Ministerpräsidenten aus Sachsen Anhalt und Niedersachsen übernehmen erneut die Schirmherrschaft über das Workcamp

01.07.2015

Das 18. Workcamp des Grenzdenkmalvereins vom 17. Juli bis 8. August  steht wieder vor der Tür. Auch diesmal ist es eine Kooperation mit der Gedenkstätte Deutsche Teilung Marienborn und der Behörde der Landesbeauftragten für Stasiunterlagen Sachsen Anhalt.

In diesem Jahr werden wieder beide Ministerpräsidenten der angrenzenden Bundesländer die Schirmherrschaft über das Workcamp übernehmen. Die Länder Sachsen Anhalt und Niedersachsen übernehmen in Person von Ministerpräsident Reiner Haseloff und Ministerpräsident Stephan Weil nun schon seit Jahren die Schirmherrschaft über das Workcamp. Wir sehen unsere Arbeit mit dem Engagement beider Ministerpräsidenten damit gewürdigt. Hötensleben hat leider, den einzigen authentisch erhaltenden Abschnitt der innerdeutschen Grenze zu bieten. Das dieses Zeugnis, menschenverachtender und martialischer Grenzsicherung zu erhalten ist, steht außer Frage. Die heranwachsende Jugend muss sehen, wozu Diktaturen in der Lage sind, um daran erinnert zu werden, wie wichtig der Erhalt unserer Demokratie ist. Diese Aufgabe ist das größte Anliegen des Grenzdenkmalvereins.

Das Camp fährt in diesem Jahr auf Sparflamme. Leider spüren wir auch hier den Sparzwang der Kommunen und Behörden. Ein Aufgeben oder das Camp nur alle zwei Jahre durchzuführen steht nicht zur Debatte. Daher sind es in diesem Jahr nur acht Campteilnehmer. Die Jugendlichen kommen in diesem Jahr aus Spanien, Taiwan, Tschechien, der Ukraine, Serbien und aus Deutschland. Wir werden versuchen durch Fundraising, das Camp wieder zu dem zu machen, was über die Jahre war. Eine Idee ist ein Bürgerfrühstück, dessen Einnahmen in die Finanzierung des Camps fließen. Spenden sind auch jederzeit willkommen.

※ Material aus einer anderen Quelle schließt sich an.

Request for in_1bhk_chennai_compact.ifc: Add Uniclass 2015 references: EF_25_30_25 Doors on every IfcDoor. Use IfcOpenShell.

First a look at what the model holds.

```python
import ifcopenshell

model = ifcopenshell.open("in_1bhk_chennai_compact.ifc")
print(model.schema)
print("classifications:", [c.Name for c in model.by_type("IfcClassification")])
for ifc_class in ("IfcDoor", "IfcRoof", "IfcStair", "IfcWall", "IfcWindow"):
    print(ifc_class, len(model.by_type(ifc_class)))
```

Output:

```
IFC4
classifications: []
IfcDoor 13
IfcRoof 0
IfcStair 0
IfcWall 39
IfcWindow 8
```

```python
import ifcopenshell
import ifcopenshell.api.classification

model = ifcopenshell.open("in_1bhk_chennai_compact.ifc")

system = ifcopenshell.api.classification.add_classification(model, classification="Uniclass 2015")

codes = {
    "IfcDoor": ("EF_25_30_25", "Doors"),
}
for ifc_class, (code, name) in codes.items():
    products = model.by_type(ifc_class)
    ifcopenshell.api.classification.add_reference(
        model, products=products, classification=system, identification=code, name=name
    )
    print(code, len(products))

model.write("in_1bhk_chennai_compact_rev.ifc")
```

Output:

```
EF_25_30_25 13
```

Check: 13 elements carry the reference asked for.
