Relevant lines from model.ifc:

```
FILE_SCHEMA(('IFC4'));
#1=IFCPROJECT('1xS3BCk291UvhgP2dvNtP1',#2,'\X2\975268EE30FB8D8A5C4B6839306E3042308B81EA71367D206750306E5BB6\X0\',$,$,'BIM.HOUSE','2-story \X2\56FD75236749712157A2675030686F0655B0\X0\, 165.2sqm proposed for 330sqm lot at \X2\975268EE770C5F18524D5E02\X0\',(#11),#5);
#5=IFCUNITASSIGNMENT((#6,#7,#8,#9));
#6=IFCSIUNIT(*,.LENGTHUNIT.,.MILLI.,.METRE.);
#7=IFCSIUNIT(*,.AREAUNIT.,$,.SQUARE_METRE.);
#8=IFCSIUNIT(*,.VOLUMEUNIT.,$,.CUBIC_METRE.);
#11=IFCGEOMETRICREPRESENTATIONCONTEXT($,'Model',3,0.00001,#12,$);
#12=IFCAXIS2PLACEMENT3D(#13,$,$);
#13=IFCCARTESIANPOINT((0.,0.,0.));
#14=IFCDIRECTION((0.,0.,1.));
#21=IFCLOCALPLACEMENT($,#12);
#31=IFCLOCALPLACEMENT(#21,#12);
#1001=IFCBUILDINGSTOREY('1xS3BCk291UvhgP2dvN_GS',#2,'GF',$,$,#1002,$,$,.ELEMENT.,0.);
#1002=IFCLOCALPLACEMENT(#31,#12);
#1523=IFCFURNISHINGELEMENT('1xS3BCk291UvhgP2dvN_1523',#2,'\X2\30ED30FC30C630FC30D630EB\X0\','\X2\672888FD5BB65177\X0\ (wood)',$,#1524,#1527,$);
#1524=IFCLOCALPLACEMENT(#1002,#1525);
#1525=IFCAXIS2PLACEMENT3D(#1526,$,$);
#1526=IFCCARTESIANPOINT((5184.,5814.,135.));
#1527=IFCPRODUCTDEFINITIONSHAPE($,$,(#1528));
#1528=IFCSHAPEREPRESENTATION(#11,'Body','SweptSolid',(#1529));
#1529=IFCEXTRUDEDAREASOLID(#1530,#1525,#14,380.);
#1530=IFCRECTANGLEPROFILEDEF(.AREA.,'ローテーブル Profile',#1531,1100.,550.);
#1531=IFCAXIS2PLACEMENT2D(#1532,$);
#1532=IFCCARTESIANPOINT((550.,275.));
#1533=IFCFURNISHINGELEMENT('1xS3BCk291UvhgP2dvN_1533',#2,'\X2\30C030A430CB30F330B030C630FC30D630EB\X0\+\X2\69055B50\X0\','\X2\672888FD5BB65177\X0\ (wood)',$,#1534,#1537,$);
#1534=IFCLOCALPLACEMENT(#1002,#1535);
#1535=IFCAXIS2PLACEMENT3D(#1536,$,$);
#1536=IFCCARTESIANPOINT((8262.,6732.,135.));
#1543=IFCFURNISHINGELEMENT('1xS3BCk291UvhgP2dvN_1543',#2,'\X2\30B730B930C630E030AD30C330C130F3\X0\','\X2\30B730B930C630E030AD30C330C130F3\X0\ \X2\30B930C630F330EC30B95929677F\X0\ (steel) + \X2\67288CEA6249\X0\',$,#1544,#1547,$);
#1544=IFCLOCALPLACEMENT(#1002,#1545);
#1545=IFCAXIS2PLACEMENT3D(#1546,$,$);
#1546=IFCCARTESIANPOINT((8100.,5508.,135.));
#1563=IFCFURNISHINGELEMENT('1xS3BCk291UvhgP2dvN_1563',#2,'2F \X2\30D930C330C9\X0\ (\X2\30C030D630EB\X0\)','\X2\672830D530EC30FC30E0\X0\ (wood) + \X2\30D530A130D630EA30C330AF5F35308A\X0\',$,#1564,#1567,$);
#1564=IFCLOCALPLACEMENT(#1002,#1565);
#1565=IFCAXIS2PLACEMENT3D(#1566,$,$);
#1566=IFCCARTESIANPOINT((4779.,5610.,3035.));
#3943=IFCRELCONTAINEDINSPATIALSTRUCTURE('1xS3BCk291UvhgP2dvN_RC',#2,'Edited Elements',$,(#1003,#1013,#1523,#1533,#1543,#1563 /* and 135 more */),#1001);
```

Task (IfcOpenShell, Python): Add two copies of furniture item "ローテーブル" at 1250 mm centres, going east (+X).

```python
import numpy as np
import ifcopenshell
import ifcopenshell.api.geometry
import ifcopenshell.api.root
import ifcopenshell.util.element
import ifcopenshell.util.placement

model = ifcopenshell.open("model.ifc")


def reuse_history(source, copy):
    """copy_class also copies each property set's owner history, people and application; keep the originals."""
    for rel in copy.IsDefinedBy:
        if rel.is_a("IfcRelDefinesByProperties") and (history := rel.RelatingPropertyDefinition.OwnerHistory):
            rel.RelatingPropertyDefinition.OwnerHistory = source.OwnerHistory
            ifcopenshell.util.element.remove_deep2(model, history)


source = model.by_id(1523)
base = ifcopenshell.util.placement.get_local_placement(source.ObjectPlacement)
step = np.array([1.0, 0.0, 0.0]) * 1250.0

for i in range(1, 3):
    copy = ifcopenshell.api.root.copy_class(model, product=source)
    copy.Representation = ifcopenshell.util.element.copy_deep(
        model, source.Representation, exclude=["IfcGeometricRepresentationContext", "IfcRepresentationMap"]
    )
    reuse_history(source, copy)
    matrix = base.copy()
    matrix[:3, 3] += i * step
    print("added at", matrix[:3, 3].round(3) + 0.0)
    ifcopenshell.api.geometry.edit_object_placement(model, product=copy, matrix=matrix, is_si=False)

model.write("model_rev.ifc")
```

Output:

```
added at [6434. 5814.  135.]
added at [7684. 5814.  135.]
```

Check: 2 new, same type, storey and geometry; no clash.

Zu den Höhepunkten zählt ohne Zweifel der Besuch des Camps durch den Ministerpräsidenten Sachsen Anhalts Reiner Haseloff. Herr Weil schafft es leider nicht, das Camp zu besuchen. Das Land Niedersachsen wird aber vertreten durch den Landesbeauftragten für regionale Landesentwicklung Matthias Wunderling-Weilbier. Auch die Einladung in den Bundestag durch den Abgeordneten Manfred Behrens ist ein Highlight. Das Rock am Rathaus am 25. Juli wird von den Teilnehmern aktiv begleitet. Weiterhin besucht das Camp Goslar, wo wir in den Röderstollen einfahren auf Einladung des Weltkulturerbes Rammelsberg und ins Paläon ist das Camp auch eingeladen. Die Telegrafenstation Neuwegersleben wird besucht und eine Expedition durch Tagebaue der Region ist auch geplant. Wie immer sind die Vereine der Umgebung fest eingebunden. Feuerwehren Hötensleben und Völpke, der Verkehrsgarten Völpke, der Schützenverein Hötensleben und der Sportverein gestalten das Camp aktiv mit. Ein Dank geht auch an die Stadt Schöningen für das City-Mobil und den Besuch des Schwimmbades. Aber auch Jugendclub und auch die Einwohner sind rege dabei. Wie jedes Jahr wird auch ein wenig Völkerverständigung betrieben.